Thanks for the answer i will be checking into this when i decide which color im buying. The Cosmo Purple is tempting me.


----------



## BigJim (Oct 30, 2004)

Get the purple. I think it looks awesome and you never see them around. You would even be more unique than a average GTO owner, well besides the barbados blue


----------



## BigJim (Oct 30, 2004)

Rex are you going to get the Autocross grille inserts in the furure b/c I think it would really make your Goat look mean? BTW I love the hood expecially the rear vents!


----------



## roadracer (Oct 31, 2004)

The hood looks great on your car. I have the same one on my Torrid Red Goat. Next I want to add a Monaro front end. All in due time.


----------



## Troy Roberts (Jul 30, 2004)

Very nice. :cool


----------



## SasdawgGTO (Nov 10, 2004)

WOWEE,
I used to really not like how that hood looked, but I will throw you some props, because its looks amazing on your car man. Good Choice. CHeck out my ride if you have some time.
http://pg.photos.yahoo.com/ph/ondubs66/my_photos
Lemme know what you think so far.


----------



## Stayingeast (Aug 10, 2004)

:cool


Z16Z06 said:


> I think thats a GREAT price you got because these guys are talking about the new 05 scooped hood costing 800 bucks plus $$ having it painted.
> 
> 
> I like your hood much better than the new 05 hood!!
> ...


Before you decide, take a serious look at the Barbados Blue. You won't regret it ! Hmmmmm... but maybe I'm a little biased.


----------



## Z16Z06 (Dec 12, 2004)

Stayingeast said:


> :cool
> Before you decide, take a serious look at the Barbados Blue. You won't regret it ! Hmmmmm... but maybe I'm a little biased.

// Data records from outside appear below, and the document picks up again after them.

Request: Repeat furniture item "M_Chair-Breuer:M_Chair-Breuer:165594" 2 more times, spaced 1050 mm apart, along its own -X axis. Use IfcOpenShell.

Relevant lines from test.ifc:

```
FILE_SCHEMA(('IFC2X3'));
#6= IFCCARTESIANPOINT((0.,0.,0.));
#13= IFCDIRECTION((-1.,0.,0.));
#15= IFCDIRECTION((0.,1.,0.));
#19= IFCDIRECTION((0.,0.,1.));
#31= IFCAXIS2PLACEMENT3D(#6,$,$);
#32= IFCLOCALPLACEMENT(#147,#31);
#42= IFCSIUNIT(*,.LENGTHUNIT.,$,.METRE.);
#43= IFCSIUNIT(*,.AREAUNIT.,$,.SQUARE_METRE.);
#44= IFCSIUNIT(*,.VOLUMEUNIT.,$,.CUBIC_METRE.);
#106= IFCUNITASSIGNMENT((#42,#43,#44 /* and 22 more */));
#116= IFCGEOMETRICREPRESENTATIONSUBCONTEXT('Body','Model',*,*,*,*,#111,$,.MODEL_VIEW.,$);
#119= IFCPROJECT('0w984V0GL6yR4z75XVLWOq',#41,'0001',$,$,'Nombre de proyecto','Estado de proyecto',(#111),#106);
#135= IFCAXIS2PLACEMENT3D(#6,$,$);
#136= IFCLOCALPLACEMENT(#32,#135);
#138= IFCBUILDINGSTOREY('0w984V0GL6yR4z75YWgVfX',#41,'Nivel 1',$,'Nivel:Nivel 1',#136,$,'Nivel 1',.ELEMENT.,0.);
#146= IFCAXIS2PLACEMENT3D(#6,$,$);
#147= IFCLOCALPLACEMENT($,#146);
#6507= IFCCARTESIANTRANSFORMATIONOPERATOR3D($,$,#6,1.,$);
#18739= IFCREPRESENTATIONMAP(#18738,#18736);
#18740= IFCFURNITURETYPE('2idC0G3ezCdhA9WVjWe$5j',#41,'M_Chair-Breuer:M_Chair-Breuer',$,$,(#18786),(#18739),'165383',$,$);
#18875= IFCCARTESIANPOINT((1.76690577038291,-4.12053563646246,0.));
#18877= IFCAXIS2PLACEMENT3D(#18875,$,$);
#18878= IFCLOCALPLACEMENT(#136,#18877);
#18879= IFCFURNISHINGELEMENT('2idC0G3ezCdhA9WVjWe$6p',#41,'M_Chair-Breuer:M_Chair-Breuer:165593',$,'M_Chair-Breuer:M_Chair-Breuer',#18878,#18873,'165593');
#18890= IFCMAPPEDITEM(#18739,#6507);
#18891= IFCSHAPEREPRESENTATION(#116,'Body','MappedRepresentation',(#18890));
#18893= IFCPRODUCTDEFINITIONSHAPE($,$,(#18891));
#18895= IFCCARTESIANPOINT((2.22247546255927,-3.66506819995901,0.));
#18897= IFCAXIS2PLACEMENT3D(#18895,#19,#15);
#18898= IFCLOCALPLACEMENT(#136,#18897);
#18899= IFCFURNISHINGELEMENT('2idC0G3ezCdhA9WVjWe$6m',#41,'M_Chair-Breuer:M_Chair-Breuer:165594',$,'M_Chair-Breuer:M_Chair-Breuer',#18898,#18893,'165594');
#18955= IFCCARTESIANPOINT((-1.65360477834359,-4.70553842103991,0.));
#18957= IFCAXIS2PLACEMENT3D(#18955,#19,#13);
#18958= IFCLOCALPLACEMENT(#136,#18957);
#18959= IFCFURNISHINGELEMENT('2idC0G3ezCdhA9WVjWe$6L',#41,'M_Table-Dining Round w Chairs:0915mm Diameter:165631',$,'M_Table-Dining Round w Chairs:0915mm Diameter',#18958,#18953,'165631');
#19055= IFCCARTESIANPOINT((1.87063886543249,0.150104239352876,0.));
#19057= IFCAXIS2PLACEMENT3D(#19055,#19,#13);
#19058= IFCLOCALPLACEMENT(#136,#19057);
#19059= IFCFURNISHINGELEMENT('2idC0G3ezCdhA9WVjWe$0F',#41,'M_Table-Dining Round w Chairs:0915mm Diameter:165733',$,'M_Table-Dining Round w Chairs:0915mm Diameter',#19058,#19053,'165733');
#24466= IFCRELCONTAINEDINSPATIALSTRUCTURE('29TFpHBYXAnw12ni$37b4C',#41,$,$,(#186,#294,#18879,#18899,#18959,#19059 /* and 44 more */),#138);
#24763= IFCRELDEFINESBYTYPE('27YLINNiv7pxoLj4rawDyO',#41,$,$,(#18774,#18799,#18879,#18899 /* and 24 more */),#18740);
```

```python
import ifcopenshell
import ifcopenshell.api.geometry
import ifcopenshell.api.root
import ifcopenshell.util.element
import ifcopenshell.util.placement
import ifcopenshell.util.unit

model = ifcopenshell.open("test.ifc")
unit_scale = ifcopenshell.util.unit.calculate_unit_scale(model)


def reuse_history(source, copy):
    """copy_class also copies each property set's owner history, people and application; keep the originals."""
    for rel in copy.IsDefinedBy:
        if rel.is_a("IfcRelDefinesByProperties") and (history := rel.RelatingPropertyDefinition.OwnerHistory):
            rel.RelatingPropertyDefinition.OwnerHistory = source.OwnerHistory
            ifcopenshell.util.element.remove_deep2(model, history)


source = model.by_id(18899)
base = ifcopenshell.util.placement.get_local_placement(source.ObjectPlacement)
step = -base[:3, 0] * 1.05 / unit_scale

for i in range(1, 3):
    copy = ifcopenshell.api.root.copy_class(model, product=source)
    copy.Representation = ifcopenshell.util.element.copy_deep(
        model, source.Representation, exclude=["IfcGeometricRepresentationContext", "IfcRepresentationMap"]
    )
    copy.Name = "M_Chair-Breuer:M_Chair-Breuer"
    copy.Tag = None
    reuse_history(source, copy)
    matrix = base.copy()
    matrix[:3, 3] += i * step
    print("added at", matrix[:3, 3].round(3) + 0.0)
    ifcopenshell.api.geometry.edit_object_placement(model, product=copy, matrix=matrix, is_si=False)

model.write("test_rev.ifc")
```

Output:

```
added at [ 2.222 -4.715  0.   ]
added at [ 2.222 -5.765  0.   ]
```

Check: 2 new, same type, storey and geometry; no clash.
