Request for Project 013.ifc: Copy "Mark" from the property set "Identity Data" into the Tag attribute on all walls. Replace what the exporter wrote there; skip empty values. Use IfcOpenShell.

First a look at what the model holds.

```python
import ifcopenshell
import ifcopenshell.util.element

model = ifcopenshell.open("Project 013.ifc")
print(model.schema)
walls = model.by_type("IfcWall")
print(len(walls), "walls")
for e in walls[:8]:
    source = ifcopenshell.util.element.get_pset(e, "Identity Data", "Mark")
    target = e.Tag
    print(e.id(), repr(source), repr(target), sep=" | ")
```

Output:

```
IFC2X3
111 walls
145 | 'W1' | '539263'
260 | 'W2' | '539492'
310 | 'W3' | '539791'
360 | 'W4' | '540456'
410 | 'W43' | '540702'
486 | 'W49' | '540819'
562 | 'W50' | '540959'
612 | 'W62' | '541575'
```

```python
import ifcopenshell
import ifcopenshell.util.element

model = ifcopenshell.open("Project 013.ifc")

count = 0
for e in model.by_type("IfcWall"):
    value = ifcopenshell.util.element.get_pset(e, "Identity Data", "Mark")
    current = e.Tag
    if not value or not value.strip() or current == value:
        continue
    e.Tag = value
    count += 1

print(count, "walls updated")

model.write("Project 013_v2.ifc")
```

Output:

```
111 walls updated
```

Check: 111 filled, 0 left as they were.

Hi and thanks for the idea on your nice looking blue color GTO. The only reason im staying away from blue is i have a Lemans Blue Z06 right now. So i was looking for something different to look at and clean in the Cosmo or Yellow cars.

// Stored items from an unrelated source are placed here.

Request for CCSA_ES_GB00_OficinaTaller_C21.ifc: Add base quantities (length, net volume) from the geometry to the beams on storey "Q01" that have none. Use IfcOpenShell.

First a look at what the model holds.

```python
import ifcopenshell
import ifcopenshell.util.element
import ifcopenshell.util.unit

model = ifcopenshell.open("CCSA_ES_GB00_OficinaTaller_C21.ifc")
print(model.schema)
for unit_type in ("LENGTHUNIT", "AREAUNIT", "VOLUMEUNIT"):
    print(unit_type, ifcopenshell.util.unit.calculate_unit_scale(model, unit_type))
storey = next(s for s in model.by_type("IfcBuildingStorey") if s.Name == "Q01")
beams = [e for e in ifcopenshell.util.element.get_decomposition(storey) if e.is_a("IfcBeam")]
for e in sorted(beams, key=lambda e: e.id()):
    print(e.id(), e.is_a(), e.Name, list(ifcopenshell.util.element.get_psets(e, qtos_only=True)), sep=" | ")
```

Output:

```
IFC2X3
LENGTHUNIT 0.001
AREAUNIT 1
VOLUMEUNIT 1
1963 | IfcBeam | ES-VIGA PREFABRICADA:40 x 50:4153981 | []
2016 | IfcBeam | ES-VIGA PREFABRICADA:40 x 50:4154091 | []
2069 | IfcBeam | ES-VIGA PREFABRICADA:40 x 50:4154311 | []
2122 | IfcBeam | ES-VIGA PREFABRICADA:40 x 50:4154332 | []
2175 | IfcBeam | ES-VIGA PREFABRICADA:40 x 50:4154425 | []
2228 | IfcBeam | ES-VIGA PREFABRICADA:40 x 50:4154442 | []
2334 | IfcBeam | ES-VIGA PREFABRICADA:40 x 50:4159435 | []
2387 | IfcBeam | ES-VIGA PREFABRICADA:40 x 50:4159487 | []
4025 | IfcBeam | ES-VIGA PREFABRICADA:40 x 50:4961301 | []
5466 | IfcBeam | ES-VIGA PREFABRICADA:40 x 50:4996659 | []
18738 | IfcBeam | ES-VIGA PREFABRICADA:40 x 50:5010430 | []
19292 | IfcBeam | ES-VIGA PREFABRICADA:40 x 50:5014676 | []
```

```python
import ifcopenshell
import ifcopenshell.api.pset
import ifcopenshell.geom
import ifcopenshell.util.element
import ifcopenshell.util.shape
import ifcopenshell.util.unit

model = ifcopenshell.open("CCSA_ES_GB00_OficinaTaller_C21.ifc")
unit_scale = ifcopenshell.util.unit.calculate_unit_scale(model)
volume_scale = ifcopenshell.util.unit.calculate_unit_scale(model, "VOLUMEUNIT")
settings = ifcopenshell.geom.settings()

storey = next(s for s in model.by_type("IfcBuildingStorey") if s.Name == "Q01")
beams = [e for e in ifcopenshell.util.element.get_decomposition(storey) if e.is_a("IfcBeam")]

for e in sorted(beams, key=lambda e: e.id()):
    if ifcopenshell.util.element.get_psets(e, qtos_only=True, should_inherit=False):
        continue
    # Geometry comes back in metres, in the element's own axes.
    shape = ifcopenshell.geom.create_shape(settings, e)
    values = {
        "Length": ifcopenshell.util.shape.get_max_xyz(shape.geometry) / unit_scale,
        "NetVolume": ifcopenshell.util.shape.get_volume(shape.geometry) / volume_scale,
    }
    qto = ifcopenshell.api.pset.add_qto(model, product=e, name="BaseQuantities")
    ifcopenshell.api.pset.edit_qto(model, qto=qto, properties=values)
    print(e.id(), {k: round(v, 3) for k, v in values.items()})

model.write("CCSA_ES_GB00_OficinaTaller_C21_updated.ifc")
```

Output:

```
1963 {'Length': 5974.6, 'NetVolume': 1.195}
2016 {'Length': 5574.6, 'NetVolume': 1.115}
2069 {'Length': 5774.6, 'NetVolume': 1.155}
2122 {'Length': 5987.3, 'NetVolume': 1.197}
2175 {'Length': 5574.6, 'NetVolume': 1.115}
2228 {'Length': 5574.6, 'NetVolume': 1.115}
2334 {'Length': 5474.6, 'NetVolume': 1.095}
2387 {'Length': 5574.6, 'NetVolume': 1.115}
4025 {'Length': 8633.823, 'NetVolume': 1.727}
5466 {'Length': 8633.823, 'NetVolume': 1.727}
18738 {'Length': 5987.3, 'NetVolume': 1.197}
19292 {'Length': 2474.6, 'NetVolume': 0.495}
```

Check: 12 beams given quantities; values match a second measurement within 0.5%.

Getting excited about Monday now. Cant wait to see that interior on the Cosmo!!

Thanks i appreciate all the ideas and suggestions.

Hope everyone had a Merry Christmas... Tony


----------



## Rex Ruby (Dec 12, 2004)

SasdawgGTO said:


> WOWEE,
> I used to really not like how that hood looked, but I will throw you some props, because its looks amazing on your car man. Good Choice. CHeck out my ride if you have some time.
> http://pg.photos.yahoo.com/ph/ondubs66/my_photos
> Lemme know what you think so far.


From what I could see looks real nice, some daytime pictures would be better!
:cheers:


----------



## jpb6061 (Dec 21, 2004)

*What did you do?*

Just wondering if you made a decision... We picked up a Cosmos Purple (the only 6-speed available in our area) a week and a half ago. 

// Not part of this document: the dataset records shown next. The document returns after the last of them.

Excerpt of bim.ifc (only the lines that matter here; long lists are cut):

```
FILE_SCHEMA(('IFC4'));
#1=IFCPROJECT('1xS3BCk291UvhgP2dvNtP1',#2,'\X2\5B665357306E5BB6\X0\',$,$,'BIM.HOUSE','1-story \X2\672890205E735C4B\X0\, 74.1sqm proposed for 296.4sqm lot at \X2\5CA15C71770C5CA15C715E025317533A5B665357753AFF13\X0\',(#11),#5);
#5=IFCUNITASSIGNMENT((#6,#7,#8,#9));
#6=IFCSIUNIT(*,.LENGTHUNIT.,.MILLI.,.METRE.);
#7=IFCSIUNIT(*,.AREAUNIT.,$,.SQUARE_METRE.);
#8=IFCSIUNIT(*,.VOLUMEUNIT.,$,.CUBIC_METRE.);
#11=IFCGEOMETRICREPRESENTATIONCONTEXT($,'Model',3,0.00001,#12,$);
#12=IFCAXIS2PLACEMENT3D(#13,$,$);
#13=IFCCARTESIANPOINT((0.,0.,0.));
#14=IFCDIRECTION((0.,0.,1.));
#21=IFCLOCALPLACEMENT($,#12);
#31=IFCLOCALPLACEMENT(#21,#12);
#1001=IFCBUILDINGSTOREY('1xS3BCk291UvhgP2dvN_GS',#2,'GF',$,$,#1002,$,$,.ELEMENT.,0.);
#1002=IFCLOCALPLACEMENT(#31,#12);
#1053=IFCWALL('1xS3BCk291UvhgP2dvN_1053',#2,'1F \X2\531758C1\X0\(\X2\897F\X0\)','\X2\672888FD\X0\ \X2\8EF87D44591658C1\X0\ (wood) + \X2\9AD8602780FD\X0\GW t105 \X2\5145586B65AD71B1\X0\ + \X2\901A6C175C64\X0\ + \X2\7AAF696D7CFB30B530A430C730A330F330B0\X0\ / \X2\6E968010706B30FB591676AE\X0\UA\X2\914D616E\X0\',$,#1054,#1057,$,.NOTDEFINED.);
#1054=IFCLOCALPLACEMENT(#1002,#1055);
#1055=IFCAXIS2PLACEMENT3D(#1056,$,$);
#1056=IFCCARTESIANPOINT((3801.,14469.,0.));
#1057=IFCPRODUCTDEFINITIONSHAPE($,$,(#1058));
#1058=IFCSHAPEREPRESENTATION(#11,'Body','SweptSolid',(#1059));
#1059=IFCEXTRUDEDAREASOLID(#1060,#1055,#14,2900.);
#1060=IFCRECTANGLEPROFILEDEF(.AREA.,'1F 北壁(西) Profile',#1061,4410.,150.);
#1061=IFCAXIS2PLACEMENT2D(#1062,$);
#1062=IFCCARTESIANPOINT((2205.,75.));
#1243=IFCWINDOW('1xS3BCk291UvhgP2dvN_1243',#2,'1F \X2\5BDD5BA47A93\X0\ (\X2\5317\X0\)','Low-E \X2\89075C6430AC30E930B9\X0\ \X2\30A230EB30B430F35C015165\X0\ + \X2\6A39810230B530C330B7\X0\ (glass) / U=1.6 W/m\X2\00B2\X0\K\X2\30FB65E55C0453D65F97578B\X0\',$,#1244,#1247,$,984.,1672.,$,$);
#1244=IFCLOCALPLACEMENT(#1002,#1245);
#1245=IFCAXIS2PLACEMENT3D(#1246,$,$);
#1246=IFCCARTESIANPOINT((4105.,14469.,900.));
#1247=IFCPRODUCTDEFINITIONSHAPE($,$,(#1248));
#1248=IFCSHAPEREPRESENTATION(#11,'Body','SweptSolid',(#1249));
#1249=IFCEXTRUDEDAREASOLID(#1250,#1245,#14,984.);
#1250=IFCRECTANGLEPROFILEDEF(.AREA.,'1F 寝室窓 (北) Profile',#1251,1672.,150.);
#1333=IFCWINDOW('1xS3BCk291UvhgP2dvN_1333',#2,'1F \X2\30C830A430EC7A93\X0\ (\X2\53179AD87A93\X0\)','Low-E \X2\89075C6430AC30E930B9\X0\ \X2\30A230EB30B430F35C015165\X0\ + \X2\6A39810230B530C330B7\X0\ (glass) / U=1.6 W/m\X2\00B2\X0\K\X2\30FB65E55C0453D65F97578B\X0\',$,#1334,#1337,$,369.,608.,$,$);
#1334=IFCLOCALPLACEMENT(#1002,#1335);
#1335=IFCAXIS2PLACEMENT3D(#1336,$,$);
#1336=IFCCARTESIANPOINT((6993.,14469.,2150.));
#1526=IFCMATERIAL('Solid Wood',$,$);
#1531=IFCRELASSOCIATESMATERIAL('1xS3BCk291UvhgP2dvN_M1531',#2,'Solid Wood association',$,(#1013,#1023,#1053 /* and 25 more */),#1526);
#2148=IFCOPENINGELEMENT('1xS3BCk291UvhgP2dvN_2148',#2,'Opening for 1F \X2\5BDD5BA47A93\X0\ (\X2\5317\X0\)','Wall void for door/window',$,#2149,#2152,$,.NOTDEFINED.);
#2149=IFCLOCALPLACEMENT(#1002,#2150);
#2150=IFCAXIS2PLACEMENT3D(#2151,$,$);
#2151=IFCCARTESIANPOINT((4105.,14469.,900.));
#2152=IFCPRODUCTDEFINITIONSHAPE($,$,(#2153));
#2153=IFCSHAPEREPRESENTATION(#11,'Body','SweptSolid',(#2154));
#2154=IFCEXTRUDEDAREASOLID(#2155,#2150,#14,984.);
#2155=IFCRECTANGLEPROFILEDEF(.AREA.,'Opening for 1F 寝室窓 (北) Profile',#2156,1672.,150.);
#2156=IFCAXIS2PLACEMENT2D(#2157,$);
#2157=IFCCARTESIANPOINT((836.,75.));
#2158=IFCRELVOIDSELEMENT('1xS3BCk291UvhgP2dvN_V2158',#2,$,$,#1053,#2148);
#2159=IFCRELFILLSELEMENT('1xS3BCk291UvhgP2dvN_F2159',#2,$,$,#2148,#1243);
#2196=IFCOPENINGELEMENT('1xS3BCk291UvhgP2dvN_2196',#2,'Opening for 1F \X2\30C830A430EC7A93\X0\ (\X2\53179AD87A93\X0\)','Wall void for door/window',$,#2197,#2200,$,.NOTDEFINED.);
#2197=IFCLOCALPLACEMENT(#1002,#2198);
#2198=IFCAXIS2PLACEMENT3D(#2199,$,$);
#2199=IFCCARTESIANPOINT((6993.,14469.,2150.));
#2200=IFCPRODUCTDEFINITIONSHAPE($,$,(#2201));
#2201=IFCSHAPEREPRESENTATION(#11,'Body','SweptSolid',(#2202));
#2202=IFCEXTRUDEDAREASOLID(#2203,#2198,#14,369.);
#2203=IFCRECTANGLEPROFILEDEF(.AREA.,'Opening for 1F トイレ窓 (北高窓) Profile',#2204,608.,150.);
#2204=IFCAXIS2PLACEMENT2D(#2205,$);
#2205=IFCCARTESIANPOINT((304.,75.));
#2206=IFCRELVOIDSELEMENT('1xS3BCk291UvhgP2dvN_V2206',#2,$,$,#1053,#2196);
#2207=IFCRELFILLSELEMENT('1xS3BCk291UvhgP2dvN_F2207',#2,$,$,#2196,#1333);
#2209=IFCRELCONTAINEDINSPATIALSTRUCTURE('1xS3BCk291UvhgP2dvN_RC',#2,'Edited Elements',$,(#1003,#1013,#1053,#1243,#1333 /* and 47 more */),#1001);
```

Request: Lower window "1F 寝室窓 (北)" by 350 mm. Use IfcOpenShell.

```python
import numpy as np
import ifcopenshell
import ifcopenshell.api.geometry
import ifcopenshell.util.placement
import ifcopenshell.util.unit

model = ifcopenshell.open("bim.ifc")
unit_scale = ifcopenshell.util.unit.calculate_unit_scale(model)

window = model.by_id(1243)
opening = window.FillsVoids[0].RelatingOpeningElement
dz = -0.35 / unit_scale

shift = np.array([0.0, 0.0, dz])
# The window is not placed relative to its opening, so move both.
for product in (opening, window):
    matrix = ifcopenshell.util.placement.get_local_placement(product.ObjectPlacement)
    matrix[:3, 3] += shift
    ifcopenshell.api.geometry.edit_object_placement(model, product=product, matrix=matrix, is_si=False)

print(f"moved by {dz * unit_scale:+.3f} m")

model.write("bim_edited.ifc")
```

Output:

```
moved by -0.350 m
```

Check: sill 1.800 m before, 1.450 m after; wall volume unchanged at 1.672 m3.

I have to say, that the more I drive it and see it under various lighting conditions, the more I like the purple! It is 1000% more subtle than the red or yellow cars, and it glows in the sunshine or under artificial light.

The Cosmo interior IMHO of course, is one of the coolest colors I've seen.

BTW, we just got back from a 1500 mile trip from MI to NC in the storm of the century (got stuck in the fast lane of I-75 going over the bridge between Cincinnati and Covington and had to have my wife get out and push!

The car ran flawlessly, handled amazingly well in the snow and ice, and was an absolute ball to drive on the two lane mountain twisties! Great exhaust sound for a stock setup - really crackles nice when you downshift or let off going down a hill!

Bottom line - this has got to be the most under rated car of the decade!

(and we didn't see one other GTO on the whole trip)


JB


----------



## kevracer (Sep 27, 2004)

Rex that hood looks nice! Where did you buy it if you don't mind my asking.......


----------



## Rex Ruby (Dec 12, 2004)

kevracer said:


> Rex that hood looks nice! Where did you buy it if you don't mind my asking.......


The dealer had it. It was for another car but they sold it before they could install it.

Here's a link to who sells it:
http://www.pfyc.com/store/merchant....de=GT1234&Product_Count=0&Category_Code=GTEXT


----------